Michael Lynn Piccirillo (born 1951) is an American record producer and songwriter who began working professionally in the Los Angeles music business in 1976. In conjunction with production partner George Tobin, and subsequently Gary Goetzman, Piccirillo co-produced 31 albums between 1976 and 1992.

==Career==
Piccirillo has also been an underscore composer on many animated TV series. Between 1995 and 2004, Piccirillo's musical underscore appears on over 500 half-hour TV animated episodes, mainly for DIC Entertainment produced shows. He also composed the third theme for the 1987-2001 DIC logo. Many of these TV series also feature main title songs composed by Piccirillo. Animated series highlights include Sabrina: The Animated Series, Sabrina's Secret Life, Inspector Gadget's Field Trip, Sonic Underground, The Wacky World of Tex Avery, Trollz, Gadget Boy, Archie's Weird Mysteries, and many others. Piccirillo is still active in professional music production, songwriting and being a performing musician.

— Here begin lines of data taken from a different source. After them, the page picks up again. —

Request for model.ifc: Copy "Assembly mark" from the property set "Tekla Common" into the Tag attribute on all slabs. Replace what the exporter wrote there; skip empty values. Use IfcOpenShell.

First a look at what the model holds.

```python
import ifcopenshell
import ifcopenshell.util.element

model = ifcopenshell.open("model.ifc")
print(model.schema)
slabs = model.by_type("IfcSlab")
print(len(slabs), "slabs")
for e in slabs[:8]:
    source = ifcopenshell.util.element.get_pset(e, "Tekla Common", "Assembly mark")
    target = e.Tag
    print(e.id(), repr(source), repr(target), sep=" | ")
```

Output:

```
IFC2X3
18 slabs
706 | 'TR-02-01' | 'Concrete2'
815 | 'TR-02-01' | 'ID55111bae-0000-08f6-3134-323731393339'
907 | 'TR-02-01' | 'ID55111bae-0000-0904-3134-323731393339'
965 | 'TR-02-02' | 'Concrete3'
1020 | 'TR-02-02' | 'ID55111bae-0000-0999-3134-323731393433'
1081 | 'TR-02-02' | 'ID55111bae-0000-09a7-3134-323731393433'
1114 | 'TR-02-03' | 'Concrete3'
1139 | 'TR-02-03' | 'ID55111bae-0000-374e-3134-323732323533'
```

```python
import ifcopenshell
import ifcopenshell.util.element

model = ifcopenshell.open("model.ifc")

count = 0
for e in model.by_type("IfcSlab"):
    value = ifcopenshell.util.element.get_pset(e, "Tekla Common", "Assembly mark")
    current = e.Tag
    if not value or not value.strip() or current == value:
        continue
    e.Tag = value
    count += 1

print(count, "slabs updated")

model.write("model_updated.ifc")
```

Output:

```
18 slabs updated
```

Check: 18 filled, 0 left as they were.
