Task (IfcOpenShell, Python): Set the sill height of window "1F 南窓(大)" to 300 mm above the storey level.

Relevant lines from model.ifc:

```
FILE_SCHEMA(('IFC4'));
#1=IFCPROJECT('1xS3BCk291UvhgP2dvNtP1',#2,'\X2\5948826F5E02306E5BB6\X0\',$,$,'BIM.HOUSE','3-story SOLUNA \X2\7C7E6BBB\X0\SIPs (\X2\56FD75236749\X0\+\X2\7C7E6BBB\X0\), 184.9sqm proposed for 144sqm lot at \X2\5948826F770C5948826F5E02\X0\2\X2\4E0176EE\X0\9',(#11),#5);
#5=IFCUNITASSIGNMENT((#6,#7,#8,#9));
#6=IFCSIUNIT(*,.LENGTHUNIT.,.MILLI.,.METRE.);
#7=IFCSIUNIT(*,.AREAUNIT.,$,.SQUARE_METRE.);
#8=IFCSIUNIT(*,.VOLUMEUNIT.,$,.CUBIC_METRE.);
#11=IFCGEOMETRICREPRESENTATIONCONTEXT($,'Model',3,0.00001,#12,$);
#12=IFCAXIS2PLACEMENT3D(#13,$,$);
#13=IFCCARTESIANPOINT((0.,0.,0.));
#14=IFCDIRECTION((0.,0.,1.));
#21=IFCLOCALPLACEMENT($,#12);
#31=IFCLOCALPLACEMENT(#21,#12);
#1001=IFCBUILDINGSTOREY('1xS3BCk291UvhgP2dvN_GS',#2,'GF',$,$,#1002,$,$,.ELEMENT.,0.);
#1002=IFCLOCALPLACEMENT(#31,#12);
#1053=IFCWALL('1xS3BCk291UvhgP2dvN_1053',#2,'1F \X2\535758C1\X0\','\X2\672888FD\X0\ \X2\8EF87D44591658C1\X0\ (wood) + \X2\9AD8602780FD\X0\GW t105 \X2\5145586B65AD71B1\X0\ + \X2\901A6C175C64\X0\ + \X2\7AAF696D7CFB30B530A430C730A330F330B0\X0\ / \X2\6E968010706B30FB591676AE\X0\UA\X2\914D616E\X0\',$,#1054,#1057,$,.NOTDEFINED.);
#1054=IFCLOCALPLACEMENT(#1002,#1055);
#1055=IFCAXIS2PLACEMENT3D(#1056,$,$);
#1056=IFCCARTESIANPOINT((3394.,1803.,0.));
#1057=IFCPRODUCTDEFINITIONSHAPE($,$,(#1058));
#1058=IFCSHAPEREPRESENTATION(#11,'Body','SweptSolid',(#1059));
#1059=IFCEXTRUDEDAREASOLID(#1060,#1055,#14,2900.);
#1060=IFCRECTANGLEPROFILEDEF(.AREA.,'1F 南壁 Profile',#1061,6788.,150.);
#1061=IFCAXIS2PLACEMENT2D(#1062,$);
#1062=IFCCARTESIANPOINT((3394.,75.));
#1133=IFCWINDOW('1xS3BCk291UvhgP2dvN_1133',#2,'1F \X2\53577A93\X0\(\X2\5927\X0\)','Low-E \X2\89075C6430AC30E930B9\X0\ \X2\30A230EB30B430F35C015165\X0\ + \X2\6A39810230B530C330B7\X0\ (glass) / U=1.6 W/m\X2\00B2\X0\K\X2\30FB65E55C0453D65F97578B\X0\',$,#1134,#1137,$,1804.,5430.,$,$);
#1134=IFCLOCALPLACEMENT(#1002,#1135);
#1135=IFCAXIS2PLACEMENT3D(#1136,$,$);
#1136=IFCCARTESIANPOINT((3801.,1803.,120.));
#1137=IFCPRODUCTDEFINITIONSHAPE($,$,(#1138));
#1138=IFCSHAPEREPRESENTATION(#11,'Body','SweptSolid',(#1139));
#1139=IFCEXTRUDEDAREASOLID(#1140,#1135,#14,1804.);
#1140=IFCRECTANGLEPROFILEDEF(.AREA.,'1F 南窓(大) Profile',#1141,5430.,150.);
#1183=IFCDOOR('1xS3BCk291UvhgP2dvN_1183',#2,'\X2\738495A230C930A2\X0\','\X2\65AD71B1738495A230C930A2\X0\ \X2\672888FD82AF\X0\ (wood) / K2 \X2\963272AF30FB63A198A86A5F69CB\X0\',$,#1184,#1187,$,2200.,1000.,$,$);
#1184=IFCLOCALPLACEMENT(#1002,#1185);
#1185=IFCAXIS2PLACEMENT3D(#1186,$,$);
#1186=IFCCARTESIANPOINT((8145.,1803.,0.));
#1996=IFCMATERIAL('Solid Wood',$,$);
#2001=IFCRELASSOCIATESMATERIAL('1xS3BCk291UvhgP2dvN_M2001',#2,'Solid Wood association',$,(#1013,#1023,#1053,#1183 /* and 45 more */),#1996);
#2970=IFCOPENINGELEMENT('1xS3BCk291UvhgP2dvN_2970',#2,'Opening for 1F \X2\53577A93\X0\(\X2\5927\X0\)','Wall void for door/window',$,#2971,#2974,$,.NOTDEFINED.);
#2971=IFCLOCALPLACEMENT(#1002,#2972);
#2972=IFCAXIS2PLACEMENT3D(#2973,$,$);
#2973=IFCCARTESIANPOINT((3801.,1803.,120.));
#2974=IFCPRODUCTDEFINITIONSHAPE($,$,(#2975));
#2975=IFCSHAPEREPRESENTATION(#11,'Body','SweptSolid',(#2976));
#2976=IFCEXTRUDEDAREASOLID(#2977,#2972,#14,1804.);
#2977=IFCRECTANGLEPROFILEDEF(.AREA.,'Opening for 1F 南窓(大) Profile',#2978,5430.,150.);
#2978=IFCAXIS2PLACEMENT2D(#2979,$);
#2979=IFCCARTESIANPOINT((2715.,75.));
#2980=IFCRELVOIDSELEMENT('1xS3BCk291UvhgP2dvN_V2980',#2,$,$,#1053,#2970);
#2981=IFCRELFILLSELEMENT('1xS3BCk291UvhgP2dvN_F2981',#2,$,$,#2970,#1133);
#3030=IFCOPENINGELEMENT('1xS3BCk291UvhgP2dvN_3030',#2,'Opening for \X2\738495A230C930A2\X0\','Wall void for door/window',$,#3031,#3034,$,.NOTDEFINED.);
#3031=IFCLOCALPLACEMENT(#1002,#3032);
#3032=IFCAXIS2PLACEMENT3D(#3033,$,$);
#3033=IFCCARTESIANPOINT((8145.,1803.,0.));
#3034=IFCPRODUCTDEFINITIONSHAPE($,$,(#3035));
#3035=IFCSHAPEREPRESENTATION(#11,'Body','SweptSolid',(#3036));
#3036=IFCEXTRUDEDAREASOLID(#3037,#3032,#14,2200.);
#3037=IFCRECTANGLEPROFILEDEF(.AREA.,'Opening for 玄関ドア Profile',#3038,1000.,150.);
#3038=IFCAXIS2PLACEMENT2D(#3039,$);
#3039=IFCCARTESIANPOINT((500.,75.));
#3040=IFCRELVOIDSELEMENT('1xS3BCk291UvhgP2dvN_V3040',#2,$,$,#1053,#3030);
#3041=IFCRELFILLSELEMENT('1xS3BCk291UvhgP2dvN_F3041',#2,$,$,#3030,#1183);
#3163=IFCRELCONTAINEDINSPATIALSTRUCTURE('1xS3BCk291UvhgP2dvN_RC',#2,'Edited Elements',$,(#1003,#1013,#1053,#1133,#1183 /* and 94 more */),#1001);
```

```python
import numpy as np
import ifcopenshell
import ifcopenshell.api.geometry
import ifcopenshell.geom
import ifcopenshell.util.element
import ifcopenshell.util.placement
import ifcopenshell.util.shape
import ifcopenshell.util.unit

model = ifcopenshell.open("model.ifc")
unit_scale = ifcopenshell.util.unit.calculate_unit_scale(model)

window = model.by_guid("1xS3BCk291UvhgP2dvN_1133")
opening = window.FillsVoids[0].RelatingOpeningElement
storey = ifcopenshell.util.element.get_container(window, ifc_class="IfcBuildingStorey")
level = ifcopenshell.util.placement.get_local_placement(storey.ObjectPlacement)[2, 3]

# The opening's origin need not be at the sill, so measure its lowest point.
shape = ifcopenshell.geom.create_shape(ifcopenshell.geom.settings(), opening)
bottom = ifcopenshell.util.shape.get_shape_bottom_elevation(shape, shape.geometry) / unit_scale
dz = level + 0.3 / unit_scale - bottom

shift = np.array([0.0, 0.0, dz])
# The window is not placed relative to its opening, so move both.
for product in (opening, window):
    matrix = ifcopenshell.util.placement.get_local_placement(product.ObjectPlacement)
    matrix[:3, 3] += shift
    ifcopenshell.api.geometry.edit_object_placement(model, product=product, matrix=matrix, is_si=False)

print(f"moved by {dz * unit_scale:+.3f} m")

model.write("model_v2.ifc")
```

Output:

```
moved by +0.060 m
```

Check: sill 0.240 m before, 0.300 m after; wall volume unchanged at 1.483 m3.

Piccirillo production hits include Smokey Robinson's “Being With You", Robert John's "Sad Eyes", and Kim Carnes' "More Love", along with many other charted songs and productions. Artists include La Toya Jackson, Natalie Cole, Smokey Robinson, Tiffany, Kim Carnes, Thelma Houston, The Staple Singers, Go West, Robert John, and many others.

Mike Piccirillo and music partner Gary Goetzman co-wrote the vast majority of the 100+ plus Piccirillo songs that were released on various artists albums between 1976 and 1995.

==Works==
In 1995, Piccirillo wrote and produced 15 songs that were featured in the Tom Hanks written and directed film That Thing You Do. Six of those songs appeared on the film's soundtrack CD.

Additional Piccirillo songs appear in approximately 28 theatrical films released between 1982 and 1995, including A Nightmare on Elm Street 4: The Dream Master, Police Academy 2, Child's Play, Fright Night, Kickboxer, Jetsons: The Movie, Big Momma's House, Little Monsters and many others.